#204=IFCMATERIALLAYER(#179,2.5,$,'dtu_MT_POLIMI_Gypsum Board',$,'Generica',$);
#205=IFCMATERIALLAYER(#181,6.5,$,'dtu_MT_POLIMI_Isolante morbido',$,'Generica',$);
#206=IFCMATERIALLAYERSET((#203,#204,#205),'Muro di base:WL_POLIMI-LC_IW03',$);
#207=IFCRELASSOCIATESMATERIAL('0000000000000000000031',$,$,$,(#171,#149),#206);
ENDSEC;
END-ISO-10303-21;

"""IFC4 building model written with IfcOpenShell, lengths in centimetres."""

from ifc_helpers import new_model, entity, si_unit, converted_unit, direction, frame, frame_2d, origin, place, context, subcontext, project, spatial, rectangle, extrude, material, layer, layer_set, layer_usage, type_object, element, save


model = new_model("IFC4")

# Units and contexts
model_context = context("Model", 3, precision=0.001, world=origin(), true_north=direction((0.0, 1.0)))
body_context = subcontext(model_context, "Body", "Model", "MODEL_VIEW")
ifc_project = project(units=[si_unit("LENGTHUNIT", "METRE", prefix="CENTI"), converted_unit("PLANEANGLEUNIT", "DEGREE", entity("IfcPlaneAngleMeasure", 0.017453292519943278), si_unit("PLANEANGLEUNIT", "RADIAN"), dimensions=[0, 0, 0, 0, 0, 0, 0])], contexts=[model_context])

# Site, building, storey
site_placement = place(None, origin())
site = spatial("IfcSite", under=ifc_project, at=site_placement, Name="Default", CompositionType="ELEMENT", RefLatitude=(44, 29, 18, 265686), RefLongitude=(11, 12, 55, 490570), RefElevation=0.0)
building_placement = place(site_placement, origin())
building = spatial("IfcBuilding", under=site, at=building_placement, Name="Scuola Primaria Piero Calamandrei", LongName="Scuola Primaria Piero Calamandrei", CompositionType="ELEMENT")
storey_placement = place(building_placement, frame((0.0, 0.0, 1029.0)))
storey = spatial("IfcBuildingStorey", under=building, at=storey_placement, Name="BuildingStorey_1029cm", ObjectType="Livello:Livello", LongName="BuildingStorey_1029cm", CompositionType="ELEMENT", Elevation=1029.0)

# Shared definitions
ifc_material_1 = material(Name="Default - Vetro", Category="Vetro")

WORK TO COMPLETE:
Output the records exactly.

PROBLEM SOLUTION:
#204=IFCMATERIALLAYER(#179,2.5,$,'dtu_MT_POLIMI_Gypsum Board',$,'Generica',$);
#205=IFCMATERIALLAYER(#181,6.5,$,'dtu_MT_POLIMI_Isolante morbido',$,'Generica',$);
#206=IFCMATERIALLAYERSET((#203,#204,#205),'Muro di base:WL_POLIMI-LC_IW03',$);
#207=IFCRELASSOCIATESMATERIAL('0000000000000000000031',$,$,$,(#171,#149),#206);
ENDSEC;
END-ISO-10303-21;

"""IFC4 building model written with IfcOpenShell, lengths in centimetres."""

from ifc_helpers import new_model, entity, si_unit, converted_unit, direction, frame, frame_2d, origin, place, context, subcontext, project, spatial, rectangle, extrude, material, layer, layer_set, layer_usage, type_object, element, save


model = new_model("IFC4")

# Units and contexts
model_context = context("Model", 3, precision=0.001, world=origin(), true_north=direction((0.0, 1.0)))
body_context = subcontext(model_context, "Body", "Model", "MODEL_VIEW")
ifc_project = project(units=[si_unit("LENGTHUNIT", "METRE", prefix="CENTI"), converted_unit("PLANEANGLEUNIT", "DEGREE", entity("IfcPlaneAngleMeasure", 0.017453292519943278), si_unit("PLANEANGLEUNIT", "RADIAN"), dimensions=[0, 0, 0, 0, 0, 0, 0])], contexts=[model_context])

# Site, building, storey
site_placement = place(None, origin())
site = spatial("IfcSite", under=ifc_project, at=site_placement, Name="Default", CompositionType="ELEMENT", RefLatitude=(44, 29, 18, 265686), RefLongitude=(11, 12, 55, 490570), RefElevation=0.0)
building_placement = place(site_placement, origin())
building = spatial("IfcBuilding", under=site, at=building_placement, Name="Scuola Primaria Piero Calamandrei", LongName="Scuola Primaria Piero Calamandrei", CompositionType="ELEMENT")
storey_placement = place(building_placement, frame((0.0, 0.0, 1029.0)))
storey = spatial("IfcBuildingStorey", under=building, at=storey_placement, Name="BuildingStorey_1029cm", ObjectType="Livello:Livello", LongName="BuildingStorey_1029cm", CompositionType="ELEMENT", Elevation=1029.0)

# Shared definitions
ifc_material_1 = material(Name="Default - Vetro", Category="Vetro")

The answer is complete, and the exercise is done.